Several Cabinet ministers have come out in favor of capital controls, mooting the idea to generate public support. The plan has apparently been discussed at Cabinet meetings, indicating that the government was seriously considering it.

Typically, and not unexpectedly, the idea was quashed the moment the International Monetary Fund (IMF) managing director Horst Koehler arrived in Jakarta this week, providing more fuel for future anti-IMF sentiments should the economy fail to pick up. We will probably never know Koehler's precise words when he met the President on Monday. But after the meeting, the President completely ruled out the idea, something which he could have done days ago and spared the nation from engaging in wasteful debate.

While the matter of capital control has been put to rest, at least for now, for what it is worth, the controversy has provided the nation with a valuable academic exercise. Hopefully, it has given some insight to the government as to what course of action it should take to restore the rupiah's value.

More than any other force, the rupiah's fall in recent weeks must be attributed to a general decline in confidence in the economy. This lack of confidence is also shown towards the government.

The continuing violence in many parts of Indonesia, old and new scandals in the government, uncertainties about the future of the Abdurrahman's administration in the run up to August's meeting of the People's Consultative Assembly, and many other concerns have contributed to this political instability.

The fact that the monthly inflow of foreign currencies has been below the export figures means that most export revenues have been stashed in offshore banks. Wary of the political situation in Indonesia, many exporters are playing it safe by keeping their money abroad.
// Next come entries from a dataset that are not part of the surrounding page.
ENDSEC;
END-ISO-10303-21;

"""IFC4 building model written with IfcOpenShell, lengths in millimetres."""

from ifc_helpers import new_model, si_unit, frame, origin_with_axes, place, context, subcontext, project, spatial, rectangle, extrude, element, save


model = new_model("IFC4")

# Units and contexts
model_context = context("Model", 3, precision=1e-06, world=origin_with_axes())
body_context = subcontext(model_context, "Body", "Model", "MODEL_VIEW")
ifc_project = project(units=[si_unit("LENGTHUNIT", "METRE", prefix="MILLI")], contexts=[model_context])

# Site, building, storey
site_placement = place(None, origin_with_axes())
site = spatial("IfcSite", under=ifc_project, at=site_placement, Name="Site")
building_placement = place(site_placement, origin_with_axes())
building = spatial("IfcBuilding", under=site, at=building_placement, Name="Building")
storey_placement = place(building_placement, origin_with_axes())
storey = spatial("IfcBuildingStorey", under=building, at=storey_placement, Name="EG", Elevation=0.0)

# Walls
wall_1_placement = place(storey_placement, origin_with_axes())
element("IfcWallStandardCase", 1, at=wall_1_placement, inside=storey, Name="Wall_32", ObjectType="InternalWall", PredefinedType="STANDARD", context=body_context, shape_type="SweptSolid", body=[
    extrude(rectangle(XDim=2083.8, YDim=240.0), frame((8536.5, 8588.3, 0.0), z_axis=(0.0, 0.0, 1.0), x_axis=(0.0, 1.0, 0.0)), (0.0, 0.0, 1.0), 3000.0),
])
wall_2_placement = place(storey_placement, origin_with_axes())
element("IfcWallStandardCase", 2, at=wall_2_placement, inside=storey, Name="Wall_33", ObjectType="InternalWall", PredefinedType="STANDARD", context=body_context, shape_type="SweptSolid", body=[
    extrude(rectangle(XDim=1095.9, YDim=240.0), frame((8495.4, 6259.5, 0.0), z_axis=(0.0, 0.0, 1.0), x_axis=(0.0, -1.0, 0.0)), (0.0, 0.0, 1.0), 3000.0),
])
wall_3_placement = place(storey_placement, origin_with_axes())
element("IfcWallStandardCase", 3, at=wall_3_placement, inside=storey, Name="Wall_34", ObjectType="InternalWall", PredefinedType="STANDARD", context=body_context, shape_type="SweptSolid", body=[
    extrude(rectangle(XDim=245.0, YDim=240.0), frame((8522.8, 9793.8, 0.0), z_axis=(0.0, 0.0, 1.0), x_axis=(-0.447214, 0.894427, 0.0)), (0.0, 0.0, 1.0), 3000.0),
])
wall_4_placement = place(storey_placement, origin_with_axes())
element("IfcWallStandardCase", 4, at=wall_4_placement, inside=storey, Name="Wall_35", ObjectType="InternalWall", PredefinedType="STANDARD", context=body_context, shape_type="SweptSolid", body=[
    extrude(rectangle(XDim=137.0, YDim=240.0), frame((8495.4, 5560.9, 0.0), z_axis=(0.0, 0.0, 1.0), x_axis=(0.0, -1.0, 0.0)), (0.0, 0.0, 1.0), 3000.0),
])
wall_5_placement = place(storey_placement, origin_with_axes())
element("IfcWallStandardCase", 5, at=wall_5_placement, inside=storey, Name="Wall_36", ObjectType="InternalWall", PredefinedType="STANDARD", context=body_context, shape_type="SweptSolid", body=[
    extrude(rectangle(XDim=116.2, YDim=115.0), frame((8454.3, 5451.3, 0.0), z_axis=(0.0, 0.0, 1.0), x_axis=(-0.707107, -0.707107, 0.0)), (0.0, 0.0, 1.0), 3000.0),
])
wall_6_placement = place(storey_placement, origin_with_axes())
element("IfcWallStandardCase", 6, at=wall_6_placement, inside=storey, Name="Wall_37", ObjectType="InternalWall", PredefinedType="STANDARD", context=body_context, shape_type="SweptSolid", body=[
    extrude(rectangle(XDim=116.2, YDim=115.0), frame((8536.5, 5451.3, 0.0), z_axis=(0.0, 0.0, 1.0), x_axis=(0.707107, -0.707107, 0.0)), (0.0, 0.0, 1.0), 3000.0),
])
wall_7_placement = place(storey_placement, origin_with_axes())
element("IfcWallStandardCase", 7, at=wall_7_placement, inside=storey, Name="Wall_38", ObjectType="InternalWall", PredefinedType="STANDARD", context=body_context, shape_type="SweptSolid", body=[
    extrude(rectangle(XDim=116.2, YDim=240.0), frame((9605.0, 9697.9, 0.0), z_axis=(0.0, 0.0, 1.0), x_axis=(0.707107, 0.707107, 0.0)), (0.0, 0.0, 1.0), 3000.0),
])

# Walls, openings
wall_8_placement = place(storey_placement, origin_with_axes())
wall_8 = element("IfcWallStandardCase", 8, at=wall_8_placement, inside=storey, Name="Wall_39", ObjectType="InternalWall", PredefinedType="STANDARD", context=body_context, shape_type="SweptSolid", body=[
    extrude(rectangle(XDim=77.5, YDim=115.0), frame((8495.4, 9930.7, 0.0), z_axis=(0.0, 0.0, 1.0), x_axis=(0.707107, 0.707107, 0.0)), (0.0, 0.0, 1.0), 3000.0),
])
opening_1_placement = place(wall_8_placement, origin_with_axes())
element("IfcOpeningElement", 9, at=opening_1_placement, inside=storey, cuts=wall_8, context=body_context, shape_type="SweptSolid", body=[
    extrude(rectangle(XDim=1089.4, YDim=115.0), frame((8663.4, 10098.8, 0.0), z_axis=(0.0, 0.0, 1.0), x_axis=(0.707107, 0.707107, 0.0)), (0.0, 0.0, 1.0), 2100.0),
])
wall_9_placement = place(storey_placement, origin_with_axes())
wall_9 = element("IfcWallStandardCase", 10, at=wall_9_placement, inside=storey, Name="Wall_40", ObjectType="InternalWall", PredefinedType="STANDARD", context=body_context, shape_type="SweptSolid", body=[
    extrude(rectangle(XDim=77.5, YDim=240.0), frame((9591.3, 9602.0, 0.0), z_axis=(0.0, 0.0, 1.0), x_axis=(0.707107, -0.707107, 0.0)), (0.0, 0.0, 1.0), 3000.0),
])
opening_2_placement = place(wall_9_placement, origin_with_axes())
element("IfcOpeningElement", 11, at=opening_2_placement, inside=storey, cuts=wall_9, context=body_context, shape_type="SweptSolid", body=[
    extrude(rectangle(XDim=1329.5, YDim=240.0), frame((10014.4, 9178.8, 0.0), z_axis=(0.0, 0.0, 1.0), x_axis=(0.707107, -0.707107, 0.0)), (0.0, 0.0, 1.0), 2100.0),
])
It is likely that no amount of foreign exchange or capital control would prevent the rupiah from sliding given the current situation. Nor would it be able to shore up the rupiah on a sustainable basis. The strengthening of the rupiah towards the end of last week was spurious, fanned by rumors of impending capital control. It may have momentarily increased the rupiah's value, but in the medium and long run, the rupiah will adjust more to the country's political outlook and economic fundamentals than to daily market rumors.

Foreign exchange controls, or capital controls, have merits in certain cases, and they have been applied successfully in other countries. Malaysia is a case in point, and because of its proximity, many officials and analysts feel that the policy could be adopted in Indonesia with equal chances for success.

The chief objection to foreign exchange or capital control is that it distorts the market, that it will likely keep the currency overvalued, exposing it to even more speculative attacks. Such controls are only effective as temporary measures, as in Malaysia.

A free foreign exchange regime remains a major incentive for foreign investment. Reversing the policy will only undermine the government's own drive to bring investors back to Indonesia.

The biggest concern about imposition of foreign exchange controls in Indonesia is the fear of handing over more controls than necessary to our inept and corrupt bureaucracy. For all the talk about establishing a clean government, this administration is far from ready to assume more power than it has today.

Any talk of establishing currency or capital controls, if they are indeed desirous for Indonesia, clearly must wait for the arrival of a cleaner and more professional bureaucracy. This then becomes a moot point. For, with a clean and competent government, we would probably never be in this mess in the first place.